Dataset entries
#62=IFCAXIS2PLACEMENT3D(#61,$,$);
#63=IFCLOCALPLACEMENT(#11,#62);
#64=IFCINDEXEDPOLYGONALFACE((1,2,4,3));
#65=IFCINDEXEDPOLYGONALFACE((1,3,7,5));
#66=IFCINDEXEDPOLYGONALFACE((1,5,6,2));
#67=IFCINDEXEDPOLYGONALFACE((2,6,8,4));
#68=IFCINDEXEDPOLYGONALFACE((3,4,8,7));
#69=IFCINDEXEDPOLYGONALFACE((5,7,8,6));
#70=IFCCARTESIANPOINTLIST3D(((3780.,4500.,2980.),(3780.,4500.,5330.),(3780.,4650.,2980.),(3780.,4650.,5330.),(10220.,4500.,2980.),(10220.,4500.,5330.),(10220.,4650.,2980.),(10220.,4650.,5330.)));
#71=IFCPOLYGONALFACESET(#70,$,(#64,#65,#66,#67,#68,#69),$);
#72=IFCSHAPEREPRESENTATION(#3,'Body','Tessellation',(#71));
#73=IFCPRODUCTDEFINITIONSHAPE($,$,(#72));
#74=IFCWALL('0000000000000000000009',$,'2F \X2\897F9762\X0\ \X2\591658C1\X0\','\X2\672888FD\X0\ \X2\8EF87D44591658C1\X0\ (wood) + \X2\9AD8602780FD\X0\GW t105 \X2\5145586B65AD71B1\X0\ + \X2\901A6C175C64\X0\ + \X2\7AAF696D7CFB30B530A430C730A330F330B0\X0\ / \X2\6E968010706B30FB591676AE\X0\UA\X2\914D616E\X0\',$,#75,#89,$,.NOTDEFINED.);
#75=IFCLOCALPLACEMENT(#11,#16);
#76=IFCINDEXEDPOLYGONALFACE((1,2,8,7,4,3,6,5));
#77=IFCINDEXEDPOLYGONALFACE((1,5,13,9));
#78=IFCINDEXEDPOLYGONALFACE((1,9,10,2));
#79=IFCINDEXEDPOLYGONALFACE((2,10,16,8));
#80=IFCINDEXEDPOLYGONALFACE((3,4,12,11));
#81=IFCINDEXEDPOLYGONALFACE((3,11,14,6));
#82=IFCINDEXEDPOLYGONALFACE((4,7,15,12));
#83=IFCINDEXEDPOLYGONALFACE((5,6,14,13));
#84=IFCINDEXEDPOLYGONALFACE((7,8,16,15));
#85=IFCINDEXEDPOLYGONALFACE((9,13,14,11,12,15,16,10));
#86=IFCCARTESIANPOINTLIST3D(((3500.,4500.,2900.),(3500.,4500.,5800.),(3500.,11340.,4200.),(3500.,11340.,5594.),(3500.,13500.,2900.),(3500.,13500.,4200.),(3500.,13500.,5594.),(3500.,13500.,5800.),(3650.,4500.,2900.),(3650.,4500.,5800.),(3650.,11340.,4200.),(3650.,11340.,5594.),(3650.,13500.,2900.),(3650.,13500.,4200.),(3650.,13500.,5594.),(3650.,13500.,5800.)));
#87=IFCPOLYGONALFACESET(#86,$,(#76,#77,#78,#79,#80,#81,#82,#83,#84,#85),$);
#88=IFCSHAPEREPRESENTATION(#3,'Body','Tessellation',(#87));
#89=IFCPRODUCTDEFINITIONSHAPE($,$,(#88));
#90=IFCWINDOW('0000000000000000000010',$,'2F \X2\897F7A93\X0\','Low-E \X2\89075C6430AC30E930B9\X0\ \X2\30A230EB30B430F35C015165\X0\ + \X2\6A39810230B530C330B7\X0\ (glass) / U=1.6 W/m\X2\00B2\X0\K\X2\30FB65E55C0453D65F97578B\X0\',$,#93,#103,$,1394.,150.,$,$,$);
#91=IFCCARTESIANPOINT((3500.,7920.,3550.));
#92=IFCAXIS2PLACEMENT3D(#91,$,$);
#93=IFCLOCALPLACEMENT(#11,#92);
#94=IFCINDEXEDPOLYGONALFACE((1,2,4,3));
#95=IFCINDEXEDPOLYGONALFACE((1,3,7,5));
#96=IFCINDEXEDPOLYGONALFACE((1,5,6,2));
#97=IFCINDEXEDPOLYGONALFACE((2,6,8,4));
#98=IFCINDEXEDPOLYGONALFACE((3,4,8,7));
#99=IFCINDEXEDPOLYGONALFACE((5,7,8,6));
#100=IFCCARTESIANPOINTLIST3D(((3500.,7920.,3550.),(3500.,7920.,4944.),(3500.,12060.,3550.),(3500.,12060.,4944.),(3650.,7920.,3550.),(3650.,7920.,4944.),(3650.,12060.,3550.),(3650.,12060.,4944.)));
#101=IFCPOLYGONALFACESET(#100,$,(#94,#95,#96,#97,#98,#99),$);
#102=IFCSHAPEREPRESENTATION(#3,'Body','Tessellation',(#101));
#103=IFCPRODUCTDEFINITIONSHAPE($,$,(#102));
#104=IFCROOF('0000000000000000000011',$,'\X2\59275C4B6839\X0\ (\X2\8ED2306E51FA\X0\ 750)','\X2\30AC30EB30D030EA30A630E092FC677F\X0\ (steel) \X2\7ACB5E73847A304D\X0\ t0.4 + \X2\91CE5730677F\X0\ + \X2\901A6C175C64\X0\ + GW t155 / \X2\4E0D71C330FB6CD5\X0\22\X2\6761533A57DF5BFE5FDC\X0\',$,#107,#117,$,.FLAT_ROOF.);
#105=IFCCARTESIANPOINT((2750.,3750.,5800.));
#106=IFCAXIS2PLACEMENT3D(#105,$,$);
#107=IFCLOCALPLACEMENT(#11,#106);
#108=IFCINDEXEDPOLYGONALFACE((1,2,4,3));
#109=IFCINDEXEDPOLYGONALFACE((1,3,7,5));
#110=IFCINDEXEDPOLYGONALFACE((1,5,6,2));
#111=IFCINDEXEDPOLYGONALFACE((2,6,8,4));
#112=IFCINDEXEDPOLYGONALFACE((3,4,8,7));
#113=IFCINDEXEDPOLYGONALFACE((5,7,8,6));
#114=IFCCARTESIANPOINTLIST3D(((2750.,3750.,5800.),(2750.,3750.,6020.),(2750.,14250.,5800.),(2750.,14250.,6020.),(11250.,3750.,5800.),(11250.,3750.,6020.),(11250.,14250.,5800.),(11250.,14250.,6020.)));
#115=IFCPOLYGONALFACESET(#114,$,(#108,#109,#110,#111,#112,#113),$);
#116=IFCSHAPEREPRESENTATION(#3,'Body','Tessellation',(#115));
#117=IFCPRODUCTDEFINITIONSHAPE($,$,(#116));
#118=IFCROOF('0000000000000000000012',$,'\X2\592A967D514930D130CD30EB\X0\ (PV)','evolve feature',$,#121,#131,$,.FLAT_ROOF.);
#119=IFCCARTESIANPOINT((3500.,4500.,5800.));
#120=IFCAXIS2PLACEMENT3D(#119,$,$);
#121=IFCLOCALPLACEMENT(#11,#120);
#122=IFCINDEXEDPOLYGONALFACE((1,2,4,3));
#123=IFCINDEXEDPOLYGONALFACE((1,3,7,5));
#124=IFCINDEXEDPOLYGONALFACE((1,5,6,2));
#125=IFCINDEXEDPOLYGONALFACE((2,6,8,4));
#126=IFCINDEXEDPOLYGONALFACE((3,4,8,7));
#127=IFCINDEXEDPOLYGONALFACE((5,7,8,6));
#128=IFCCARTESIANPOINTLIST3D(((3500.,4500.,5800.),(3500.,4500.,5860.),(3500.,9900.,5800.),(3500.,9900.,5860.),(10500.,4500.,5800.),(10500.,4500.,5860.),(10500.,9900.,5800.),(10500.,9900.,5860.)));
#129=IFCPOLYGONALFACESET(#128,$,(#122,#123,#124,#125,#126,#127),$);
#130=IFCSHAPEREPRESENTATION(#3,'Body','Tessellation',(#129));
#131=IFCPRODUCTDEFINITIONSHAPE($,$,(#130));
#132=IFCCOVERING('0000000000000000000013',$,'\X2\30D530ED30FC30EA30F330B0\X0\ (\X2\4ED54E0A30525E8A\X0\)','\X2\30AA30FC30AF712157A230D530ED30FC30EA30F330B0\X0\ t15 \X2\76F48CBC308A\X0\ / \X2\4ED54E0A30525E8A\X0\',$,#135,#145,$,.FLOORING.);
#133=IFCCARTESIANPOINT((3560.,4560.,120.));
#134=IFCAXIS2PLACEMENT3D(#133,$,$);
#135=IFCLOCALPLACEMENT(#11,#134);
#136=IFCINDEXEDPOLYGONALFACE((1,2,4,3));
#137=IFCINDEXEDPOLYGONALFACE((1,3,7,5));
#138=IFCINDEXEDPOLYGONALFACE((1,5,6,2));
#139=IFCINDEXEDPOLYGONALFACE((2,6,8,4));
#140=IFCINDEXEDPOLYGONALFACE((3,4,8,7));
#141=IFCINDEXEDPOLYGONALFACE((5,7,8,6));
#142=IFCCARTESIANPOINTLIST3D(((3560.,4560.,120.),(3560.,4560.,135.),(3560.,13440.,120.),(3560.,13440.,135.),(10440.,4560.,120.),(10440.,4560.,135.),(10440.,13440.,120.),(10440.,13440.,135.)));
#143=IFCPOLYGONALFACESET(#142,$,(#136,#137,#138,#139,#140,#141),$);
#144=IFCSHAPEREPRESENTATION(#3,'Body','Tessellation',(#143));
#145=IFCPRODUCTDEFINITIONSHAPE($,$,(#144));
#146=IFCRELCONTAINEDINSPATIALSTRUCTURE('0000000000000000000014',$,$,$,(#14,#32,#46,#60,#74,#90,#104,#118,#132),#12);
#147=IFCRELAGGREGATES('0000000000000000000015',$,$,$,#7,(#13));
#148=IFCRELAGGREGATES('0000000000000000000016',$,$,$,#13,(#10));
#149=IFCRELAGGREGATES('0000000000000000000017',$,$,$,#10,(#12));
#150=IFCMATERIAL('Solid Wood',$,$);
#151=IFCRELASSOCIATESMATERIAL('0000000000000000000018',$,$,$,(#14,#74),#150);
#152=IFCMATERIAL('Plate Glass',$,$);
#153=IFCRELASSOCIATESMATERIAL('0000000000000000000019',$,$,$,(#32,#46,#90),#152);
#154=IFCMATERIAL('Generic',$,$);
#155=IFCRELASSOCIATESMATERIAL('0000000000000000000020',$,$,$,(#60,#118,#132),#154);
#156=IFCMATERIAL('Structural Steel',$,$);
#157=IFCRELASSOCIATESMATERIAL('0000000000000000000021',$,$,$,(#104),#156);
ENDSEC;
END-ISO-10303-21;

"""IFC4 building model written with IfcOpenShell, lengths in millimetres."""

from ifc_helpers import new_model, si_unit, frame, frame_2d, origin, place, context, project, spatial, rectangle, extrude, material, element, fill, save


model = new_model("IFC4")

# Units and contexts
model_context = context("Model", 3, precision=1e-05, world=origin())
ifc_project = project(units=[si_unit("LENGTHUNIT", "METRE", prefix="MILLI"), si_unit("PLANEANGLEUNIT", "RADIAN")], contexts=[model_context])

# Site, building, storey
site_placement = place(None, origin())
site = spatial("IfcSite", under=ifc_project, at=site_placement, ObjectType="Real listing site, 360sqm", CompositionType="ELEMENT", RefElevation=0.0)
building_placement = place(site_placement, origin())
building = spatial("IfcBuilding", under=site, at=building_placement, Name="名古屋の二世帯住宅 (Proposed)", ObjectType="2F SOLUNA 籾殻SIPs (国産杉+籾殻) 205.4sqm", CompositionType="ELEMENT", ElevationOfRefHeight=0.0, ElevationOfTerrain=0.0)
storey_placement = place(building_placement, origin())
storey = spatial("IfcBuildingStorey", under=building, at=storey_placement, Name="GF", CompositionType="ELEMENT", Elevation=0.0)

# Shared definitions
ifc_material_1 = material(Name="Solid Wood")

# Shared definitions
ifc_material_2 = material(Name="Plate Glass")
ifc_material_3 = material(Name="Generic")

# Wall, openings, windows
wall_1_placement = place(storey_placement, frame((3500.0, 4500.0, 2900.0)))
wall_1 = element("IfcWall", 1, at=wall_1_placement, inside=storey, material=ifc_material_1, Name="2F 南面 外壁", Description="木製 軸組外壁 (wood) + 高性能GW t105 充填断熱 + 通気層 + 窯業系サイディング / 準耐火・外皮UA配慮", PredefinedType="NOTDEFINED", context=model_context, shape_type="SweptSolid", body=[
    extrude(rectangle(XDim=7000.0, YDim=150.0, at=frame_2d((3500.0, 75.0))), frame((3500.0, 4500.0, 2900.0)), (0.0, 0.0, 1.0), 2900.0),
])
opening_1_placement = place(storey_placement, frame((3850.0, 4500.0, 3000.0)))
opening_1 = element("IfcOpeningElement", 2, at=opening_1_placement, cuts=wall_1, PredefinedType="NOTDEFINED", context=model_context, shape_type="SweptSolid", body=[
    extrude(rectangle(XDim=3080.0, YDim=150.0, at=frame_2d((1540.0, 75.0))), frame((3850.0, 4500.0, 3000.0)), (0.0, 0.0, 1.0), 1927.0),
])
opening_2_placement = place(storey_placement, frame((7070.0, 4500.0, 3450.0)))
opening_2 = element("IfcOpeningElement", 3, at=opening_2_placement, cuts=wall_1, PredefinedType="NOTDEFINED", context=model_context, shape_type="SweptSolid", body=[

WORK TASK: After locating the line with "#85=IFCINDEXEDPOLYGONALFACE((9,13,14,11,12,15,16,10));" above, return that line and every later line through the one with "#99=IFCINDEXEDPOLYGONALFACE((5,7,8,6));", word for word and with nothing else.

YOUR RESPONSE:
#85=IFCINDEXEDPOLYGONALFACE((9,13,14,11,12,15,16,10));
#86=IFCCARTESIANPOINTLIST3D(((3500.,4500.,2900.),(3500.,4500.,5800.),(3500.,11340.,4200.),(3500.,11340.,5594.),(3500.,13500.,2900.),(3500.,13500.,4200.),(3500.,13500.,5594.),(3500.,13500.,5800.),(3650.,4500.,2900.),(3650.,4500.,5800.),(3650.,11340.,4200.),(3650.,11340.,5594.),(3650.,13500.,2900.),(3650.,13500.,4200.),(3650.,13500.,5594.),(3650.,13500.,5800.)));
#87=IFCPOLYGONALFACESET(#86,$,(#76,#77,#78,#79,#80,#81,#82,#83,#84,#85),$);
#88=IFCSHAPEREPRESENTATION(#3,'Body','Tessellation',(#87));
#89=IFCPRODUCTDEFINITIONSHAPE($,$,(#88));
#90=IFCWINDOW('0000000000000000000010',$,'2F \X2\897F7A93\X0\','Low-E \X2\89075C6430AC30E930B9\X0\ \X2\30A230EB30B430F35C015165\X0\ + \X2\6A39810230B530C330B7\X0\ (glass) / U=1.6 W/m\X2\00B2\X0\K\X2\30FB65E55C0453D65F97578B\X0\',$,#93,#103,$,1394.,150.,$,$,$);
#91=IFCCARTESIANPOINT((3500.,7920.,3550.));
#92=IFCAXIS2PLACEMENT3D(#91,$,$);
#93=IFCLOCALPLACEMENT(#11,#92);
#94=IFCINDEXEDPOLYGONALFACE((1,2,4,3));
#95=IFCINDEXEDPOLYGONALFACE((1,3,7,5));
#96=IFCINDEXEDPOLYGONALFACE((1,5,6,2));
#97=IFCINDEXEDPOLYGONALFACE((2,6,8,4));
#98=IFCINDEXEDPOLYGONALFACE((3,4,8,7));
#99=IFCINDEXEDPOLYGONALFACE((5,7,8,6));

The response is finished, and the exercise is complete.